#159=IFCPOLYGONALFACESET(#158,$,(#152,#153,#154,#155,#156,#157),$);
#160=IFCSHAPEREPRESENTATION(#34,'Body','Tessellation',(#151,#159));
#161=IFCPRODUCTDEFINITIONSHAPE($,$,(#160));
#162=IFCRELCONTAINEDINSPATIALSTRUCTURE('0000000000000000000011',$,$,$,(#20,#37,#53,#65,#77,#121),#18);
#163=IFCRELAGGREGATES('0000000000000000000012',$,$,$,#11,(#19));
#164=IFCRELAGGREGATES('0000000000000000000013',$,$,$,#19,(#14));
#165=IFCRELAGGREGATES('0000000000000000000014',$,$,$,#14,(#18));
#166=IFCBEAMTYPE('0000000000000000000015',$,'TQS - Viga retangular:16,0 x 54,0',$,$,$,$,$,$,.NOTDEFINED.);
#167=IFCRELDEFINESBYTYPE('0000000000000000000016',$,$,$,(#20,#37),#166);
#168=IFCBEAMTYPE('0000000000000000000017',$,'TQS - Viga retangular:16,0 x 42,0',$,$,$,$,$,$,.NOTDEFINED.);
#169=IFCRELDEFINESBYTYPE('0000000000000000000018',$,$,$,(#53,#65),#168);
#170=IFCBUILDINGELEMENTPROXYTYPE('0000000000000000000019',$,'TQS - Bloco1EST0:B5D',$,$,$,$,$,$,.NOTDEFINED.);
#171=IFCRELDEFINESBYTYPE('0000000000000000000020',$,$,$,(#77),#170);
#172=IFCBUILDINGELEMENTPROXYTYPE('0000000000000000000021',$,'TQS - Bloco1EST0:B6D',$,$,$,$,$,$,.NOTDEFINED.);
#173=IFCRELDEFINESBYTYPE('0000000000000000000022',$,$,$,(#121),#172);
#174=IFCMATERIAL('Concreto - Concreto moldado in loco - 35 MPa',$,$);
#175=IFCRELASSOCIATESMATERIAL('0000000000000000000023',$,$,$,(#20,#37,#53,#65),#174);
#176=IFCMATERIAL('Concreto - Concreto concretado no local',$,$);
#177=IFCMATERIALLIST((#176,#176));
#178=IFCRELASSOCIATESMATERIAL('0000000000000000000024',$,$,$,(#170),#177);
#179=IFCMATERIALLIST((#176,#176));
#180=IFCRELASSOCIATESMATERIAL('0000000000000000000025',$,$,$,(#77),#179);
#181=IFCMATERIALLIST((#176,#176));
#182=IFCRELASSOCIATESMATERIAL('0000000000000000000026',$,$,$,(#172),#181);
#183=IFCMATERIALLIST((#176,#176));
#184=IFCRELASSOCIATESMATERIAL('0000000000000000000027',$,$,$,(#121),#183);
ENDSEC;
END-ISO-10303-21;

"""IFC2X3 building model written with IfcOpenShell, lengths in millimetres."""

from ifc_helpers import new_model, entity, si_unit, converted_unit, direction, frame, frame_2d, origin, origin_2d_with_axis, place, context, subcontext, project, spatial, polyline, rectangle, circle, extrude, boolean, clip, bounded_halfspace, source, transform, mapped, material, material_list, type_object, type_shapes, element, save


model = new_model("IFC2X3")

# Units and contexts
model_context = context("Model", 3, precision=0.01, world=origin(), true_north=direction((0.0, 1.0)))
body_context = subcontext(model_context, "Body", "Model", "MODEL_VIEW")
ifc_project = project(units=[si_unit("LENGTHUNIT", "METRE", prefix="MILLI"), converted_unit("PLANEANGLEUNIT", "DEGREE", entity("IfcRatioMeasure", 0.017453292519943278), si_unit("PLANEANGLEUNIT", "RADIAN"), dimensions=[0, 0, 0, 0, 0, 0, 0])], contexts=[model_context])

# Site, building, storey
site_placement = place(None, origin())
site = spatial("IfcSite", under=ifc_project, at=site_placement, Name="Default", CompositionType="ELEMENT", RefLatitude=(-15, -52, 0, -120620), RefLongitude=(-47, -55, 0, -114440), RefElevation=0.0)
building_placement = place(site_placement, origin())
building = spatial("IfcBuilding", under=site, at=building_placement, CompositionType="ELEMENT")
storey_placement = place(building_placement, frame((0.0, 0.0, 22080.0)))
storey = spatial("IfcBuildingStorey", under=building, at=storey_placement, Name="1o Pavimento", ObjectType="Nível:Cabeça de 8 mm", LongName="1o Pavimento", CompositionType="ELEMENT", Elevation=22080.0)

...

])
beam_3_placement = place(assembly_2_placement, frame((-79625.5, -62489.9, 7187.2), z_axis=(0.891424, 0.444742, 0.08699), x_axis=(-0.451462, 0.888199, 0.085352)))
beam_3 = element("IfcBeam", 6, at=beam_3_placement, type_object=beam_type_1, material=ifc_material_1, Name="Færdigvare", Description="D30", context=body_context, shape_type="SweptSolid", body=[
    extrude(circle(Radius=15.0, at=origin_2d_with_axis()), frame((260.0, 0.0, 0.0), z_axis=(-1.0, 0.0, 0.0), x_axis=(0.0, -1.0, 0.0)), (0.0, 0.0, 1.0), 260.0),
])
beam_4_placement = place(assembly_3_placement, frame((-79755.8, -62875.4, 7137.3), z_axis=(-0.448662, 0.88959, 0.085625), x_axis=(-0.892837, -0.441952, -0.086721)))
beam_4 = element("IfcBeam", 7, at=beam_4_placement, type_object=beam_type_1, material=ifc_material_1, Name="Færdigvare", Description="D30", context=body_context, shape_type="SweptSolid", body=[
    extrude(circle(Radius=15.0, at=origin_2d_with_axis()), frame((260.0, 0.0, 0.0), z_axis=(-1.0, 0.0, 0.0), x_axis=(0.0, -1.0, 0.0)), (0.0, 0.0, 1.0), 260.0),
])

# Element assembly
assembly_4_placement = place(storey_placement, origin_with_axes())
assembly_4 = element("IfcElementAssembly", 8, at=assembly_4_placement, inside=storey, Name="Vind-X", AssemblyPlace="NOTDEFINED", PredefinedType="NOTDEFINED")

- What needs to be done -
Look over the listing and return each line that holds "retangular".

- Exercise output -
#166=IFCBEAMTYPE('0000000000000000000015',$,'TQS - Viga retangular:16,0 x 54,0',$,$,$,$,$,$,.NOTDEFINED.);
#168=IFCBEAMTYPE('0000000000000000000017',$,'TQS - Viga retangular:16,0 x 42,0',$,$,$,$,$,$,.NOTDEFINED.);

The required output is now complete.